# Need some opinions....



## martpro11 (Jan 27, 2003)

Im getting my altezzas put in and my stock reflector is red and the color of my car is red. And Im going to get the red reflector painted the same red as my car. Would my altezzas look good with the painted reflector or should I keep the color of the stock reflector?


----------



## nitestridar (Jun 29, 2002)

do you mean the trunk pannel ...
if thats what you mean then IMO, no...

I didn't like the way it looked at all but it's all about your personal opinion.


----------



## nissanracer805 (Feb 9, 2003)

get the center piece painted or shaved.....it will look cool IMO


----------



## martpro11 (Jan 27, 2003)

How would I shave it?


----------



## nitestridar (Jun 29, 2002)

I think he mean shave it down so no emblem hole will be there..

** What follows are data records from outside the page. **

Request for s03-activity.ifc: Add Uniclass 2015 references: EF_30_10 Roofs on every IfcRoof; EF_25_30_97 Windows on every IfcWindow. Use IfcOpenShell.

First a look at what the model holds.

```python
import ifcopenshell

model = ifcopenshell.open("s03-activity.ifc")
print(model.schema)
print("classifications:", [c.Name for c in model.by_type("IfcClassification")])
for ifc_class in ("IfcDoor", "IfcRoof", "IfcStair", "IfcWall", "IfcWindow"):
    print(ifc_class, len(model.by_type(ifc_class)))
```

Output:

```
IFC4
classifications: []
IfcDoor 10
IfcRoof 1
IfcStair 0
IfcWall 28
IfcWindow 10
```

```python
import ifcopenshell
import ifcopenshell.api.classification

model = ifcopenshell.open("s03-activity.ifc")

system = ifcopenshell.api.classification.add_classification(model, classification="Uniclass 2015")

codes = {
    "IfcRoof": ("EF_30_10", "Roofs"),
    "IfcWindow": ("EF_25_30_97", "Windows"),
}
for ifc_class, (code, name) in codes.items():
    products = model.by_type(ifc_class)
    ifcopenshell.api.classification.add_reference(
        model, products=products, classification=system, identification=code, name=name
    )
    print(code, len(products))

model.write("s03-activity_updated.ifc")
```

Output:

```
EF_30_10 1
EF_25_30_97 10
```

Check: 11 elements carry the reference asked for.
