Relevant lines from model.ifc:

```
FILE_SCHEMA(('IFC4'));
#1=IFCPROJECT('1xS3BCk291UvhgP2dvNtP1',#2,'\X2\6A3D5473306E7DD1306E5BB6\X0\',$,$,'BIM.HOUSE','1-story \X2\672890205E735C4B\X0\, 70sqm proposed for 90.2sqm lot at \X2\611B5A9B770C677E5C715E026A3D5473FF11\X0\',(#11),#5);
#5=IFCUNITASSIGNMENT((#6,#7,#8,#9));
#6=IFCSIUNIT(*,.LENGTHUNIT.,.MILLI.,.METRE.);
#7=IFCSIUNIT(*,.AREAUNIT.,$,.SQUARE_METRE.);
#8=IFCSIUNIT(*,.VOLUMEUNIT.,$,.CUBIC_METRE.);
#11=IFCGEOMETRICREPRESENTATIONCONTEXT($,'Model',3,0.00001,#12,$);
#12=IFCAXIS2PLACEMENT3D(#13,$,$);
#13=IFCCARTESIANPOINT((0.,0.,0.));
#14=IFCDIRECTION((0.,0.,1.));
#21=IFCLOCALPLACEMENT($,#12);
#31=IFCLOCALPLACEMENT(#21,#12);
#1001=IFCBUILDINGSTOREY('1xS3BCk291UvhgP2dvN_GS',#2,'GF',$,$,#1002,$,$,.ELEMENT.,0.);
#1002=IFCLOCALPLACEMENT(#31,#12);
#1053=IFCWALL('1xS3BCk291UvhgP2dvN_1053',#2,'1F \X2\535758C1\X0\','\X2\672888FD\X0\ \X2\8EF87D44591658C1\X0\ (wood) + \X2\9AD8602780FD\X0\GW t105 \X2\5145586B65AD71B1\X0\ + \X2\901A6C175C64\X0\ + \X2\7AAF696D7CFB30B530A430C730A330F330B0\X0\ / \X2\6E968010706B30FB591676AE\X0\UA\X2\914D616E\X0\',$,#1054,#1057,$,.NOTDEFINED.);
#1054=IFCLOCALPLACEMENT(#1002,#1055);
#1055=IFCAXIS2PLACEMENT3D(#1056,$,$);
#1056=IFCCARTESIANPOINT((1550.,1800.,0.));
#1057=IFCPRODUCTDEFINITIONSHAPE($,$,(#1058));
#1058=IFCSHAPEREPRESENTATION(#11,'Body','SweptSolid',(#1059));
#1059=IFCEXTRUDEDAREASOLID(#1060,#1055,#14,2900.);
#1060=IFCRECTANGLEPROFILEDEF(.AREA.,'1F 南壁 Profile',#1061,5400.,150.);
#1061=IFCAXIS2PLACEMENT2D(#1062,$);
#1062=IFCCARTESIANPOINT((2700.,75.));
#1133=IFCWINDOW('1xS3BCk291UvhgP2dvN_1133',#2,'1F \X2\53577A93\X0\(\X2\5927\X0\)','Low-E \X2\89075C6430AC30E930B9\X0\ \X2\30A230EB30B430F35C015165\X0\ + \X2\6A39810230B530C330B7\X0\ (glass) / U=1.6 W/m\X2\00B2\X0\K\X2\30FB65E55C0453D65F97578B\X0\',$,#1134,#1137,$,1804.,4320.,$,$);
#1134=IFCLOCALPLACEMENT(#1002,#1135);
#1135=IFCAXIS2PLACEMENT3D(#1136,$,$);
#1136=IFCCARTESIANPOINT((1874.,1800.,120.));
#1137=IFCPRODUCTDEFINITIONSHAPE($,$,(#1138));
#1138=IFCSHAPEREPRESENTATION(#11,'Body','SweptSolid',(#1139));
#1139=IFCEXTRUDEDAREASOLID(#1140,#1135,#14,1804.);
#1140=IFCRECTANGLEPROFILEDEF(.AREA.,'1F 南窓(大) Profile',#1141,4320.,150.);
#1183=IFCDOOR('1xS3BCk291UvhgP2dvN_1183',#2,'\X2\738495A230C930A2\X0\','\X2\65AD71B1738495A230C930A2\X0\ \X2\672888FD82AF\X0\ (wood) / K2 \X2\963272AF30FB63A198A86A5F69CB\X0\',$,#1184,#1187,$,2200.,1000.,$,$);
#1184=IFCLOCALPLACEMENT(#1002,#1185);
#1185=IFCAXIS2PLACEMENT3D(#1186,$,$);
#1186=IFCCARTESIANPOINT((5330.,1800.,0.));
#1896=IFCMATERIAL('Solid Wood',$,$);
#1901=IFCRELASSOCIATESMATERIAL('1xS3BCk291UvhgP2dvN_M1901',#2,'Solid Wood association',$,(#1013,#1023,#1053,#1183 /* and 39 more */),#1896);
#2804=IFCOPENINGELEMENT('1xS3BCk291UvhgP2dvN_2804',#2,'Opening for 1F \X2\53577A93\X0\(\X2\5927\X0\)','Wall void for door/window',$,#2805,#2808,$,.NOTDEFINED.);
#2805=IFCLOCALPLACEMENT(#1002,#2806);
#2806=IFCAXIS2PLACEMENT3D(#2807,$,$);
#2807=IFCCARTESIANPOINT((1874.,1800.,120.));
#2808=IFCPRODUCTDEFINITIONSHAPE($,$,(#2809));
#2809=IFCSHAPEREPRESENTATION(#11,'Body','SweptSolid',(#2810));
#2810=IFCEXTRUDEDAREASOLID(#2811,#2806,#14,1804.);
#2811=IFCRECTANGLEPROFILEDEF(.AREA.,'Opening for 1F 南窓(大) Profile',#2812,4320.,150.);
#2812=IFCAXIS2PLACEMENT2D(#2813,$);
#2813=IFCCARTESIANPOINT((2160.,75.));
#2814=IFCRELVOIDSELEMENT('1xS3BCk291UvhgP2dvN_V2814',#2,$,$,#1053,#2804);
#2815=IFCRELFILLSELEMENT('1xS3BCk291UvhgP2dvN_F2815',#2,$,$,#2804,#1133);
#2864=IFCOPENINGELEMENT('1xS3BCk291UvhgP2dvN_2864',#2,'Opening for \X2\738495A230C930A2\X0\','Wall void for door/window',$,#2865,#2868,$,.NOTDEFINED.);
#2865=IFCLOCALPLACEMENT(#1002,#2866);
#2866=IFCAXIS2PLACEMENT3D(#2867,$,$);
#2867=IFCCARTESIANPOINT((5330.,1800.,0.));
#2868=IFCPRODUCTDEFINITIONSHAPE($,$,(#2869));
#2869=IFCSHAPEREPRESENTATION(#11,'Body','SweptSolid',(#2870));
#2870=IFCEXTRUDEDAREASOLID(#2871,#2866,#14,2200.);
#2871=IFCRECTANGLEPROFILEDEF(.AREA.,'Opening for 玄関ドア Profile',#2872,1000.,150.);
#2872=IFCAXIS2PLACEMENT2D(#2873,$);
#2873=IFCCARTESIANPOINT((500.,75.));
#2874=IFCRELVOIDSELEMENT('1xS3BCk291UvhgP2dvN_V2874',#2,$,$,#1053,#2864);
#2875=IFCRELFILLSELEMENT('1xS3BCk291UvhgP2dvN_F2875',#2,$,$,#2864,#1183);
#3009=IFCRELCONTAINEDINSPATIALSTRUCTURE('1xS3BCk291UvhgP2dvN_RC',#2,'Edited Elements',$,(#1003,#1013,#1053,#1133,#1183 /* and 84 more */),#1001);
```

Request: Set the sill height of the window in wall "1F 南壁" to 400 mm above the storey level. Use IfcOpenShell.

```python
import numpy as np
import ifcopenshell
import ifcopenshell.api.geometry
import ifcopenshell.geom
import ifcopenshell.util.element
import ifcopenshell.util.placement
import ifcopenshell.util.shape
import ifcopenshell.util.unit

model = ifcopenshell.open("model.ifc")
unit_scale = ifcopenshell.util.unit.calculate_unit_scale(model)

window = model.by_guid("1xS3BCk291UvhgP2dvN_1133")
opening = window.FillsVoids[0].RelatingOpeningElement
storey = ifcopenshell.util.element.get_container(window, ifc_class="IfcBuildingStorey")
level = ifcopenshell.util.placement.get_local_placement(storey.ObjectPlacement)[2, 3]

# The opening's origin need not be at the sill, so measure its lowest point.
shape = ifcopenshell.geom.create_shape(ifcopenshell.geom.settings(), opening)
bottom = ifcopenshell.util.shape.get_shape_bottom_elevation(shape, shape.geometry) / unit_scale
dz = level + 400.0 - bottom

shift = np.array([0.0, 0.0, dz])
# The window is not placed relative to its opening, so move both.
for product in (opening, window):
    matrix = ifcopenshell.util.placement.get_local_placement(product.ObjectPlacement)
    matrix[:3, 3] += shift
    ifcopenshell.api.geometry.edit_object_placement(model, product=product, matrix=matrix, is_si=False)

print(f"moved by {dz * unit_scale:+.3f} m")

model.write("model_edited.ifc")
```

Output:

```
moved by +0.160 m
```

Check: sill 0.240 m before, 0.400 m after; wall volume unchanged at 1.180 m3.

not sure...sand it and have it painted the same color as your car and you should be fine...

me myself I painted mine black why I do not know...


----------



## martpro11 (Jan 27, 2003)

Well I was gonna leave the Nissan emblem on it......would it look better if it was taken off?


----------



## nitestridar (Jun 29, 2002)

well I took my sentra stickers off. But I left the Nissan emblem 
on.... I like the way the nissan emblem looks..


----------



## eatdirt (Feb 10, 2003)

> me myself I painted mine black why I do not know...


You should post a pic of that, would love to see how it looks...


----------



## martpro11 (Jan 27, 2003)

On a red car would it look better with a painted black refelctor or red,with my altezzas on too. Also selrider when you took off the sentra letters did they leave marks?


----------



## nitestridar (Jun 29, 2002)

yeah they left marks but ... goo off will take it right off...

have the pannel painted same color as your car and it will look fine....


----------



## martpro11 (Jan 27, 2003)

Alright thanks.....how did you take the letters off though?


----------



## nitestridar (Jun 29, 2002)

I heated them up with a blow dryer then used a flat head covered by a cloth

becareful not to scratch the paint


----------



## JustMe (Jan 24, 2003)

selrider99 said:


> *I heated them up with a blow dryer then used a flat head covered by a cloth
> 
> becareful not to scratch the paint *


You can also use dental floss I hear it works good to take off lettering and stuff. I used a single edged razor.


----------



## dry (Oct 21, 2002)

I painted mine black with car model paint... I think it looks good but people can still tell what car it is.


----------



## martpro11 (Jan 27, 2003)

Well I would wanna take the letters off because I lke how it looks not to hide what kinda car I have...


----------



## dry (Oct 21, 2002)

our trunk looks silly w. no words in my opinion... kinda empty even.


----------



## nitestridar (Jun 29, 2002)

martpro11 said:


> *Well I was gonna leave the Nissan emblem on it......would it look better if it was taken off? *


here is a pic with the red pannel with altezza I know its not a good pic but you can still see..


----------



## sethwas (Apr 30, 2002)

Well,
Theres the alternative to shaving. (NO not WAXING...too many crossdressers in the closet..) Get an "S" off an SE or SE-R and add the X from the GXE. Kinda immature, but hey, aren't most tuners?

Seth


----------



## dry (Oct 21, 2002)

I get it... so it says Sentra SEX... very clever seth... VERY clever.


----------



## Guest (Feb 18, 2003)

Paint it the same color of the car. I would keep the Nissan emblem on.


----------



## MP2050 (May 1, 2002)

I shaved and filled my key hole and emblem......everything was taken off my car....I rather have them wonder what car it is....










And yeah sel is right red reflector and chrome alteezas dont look good at all......


----------



## nitestridar (Jun 29, 2002)

what did you fill the emblem hole with?


----------



## MP2050 (May 1, 2002)

selrider99 said:


> *what did you fill the emblem hole with? *


I had originally done it with Bondo filler when I did it with some friends--Im not sure how the Shop touched up-if at all


----------



## Shawn (Sep 18, 2002)

MP2050, You need some SE-L tails, i know i've said it before, but they'll look hot on your car.


----------



## nitestridar (Jun 29, 2002)

or all clear


----------



## Shawn (Sep 18, 2002)

I suppose...it all depends on personal taste, i don't really like the all clears, but then again it's not my car either


----------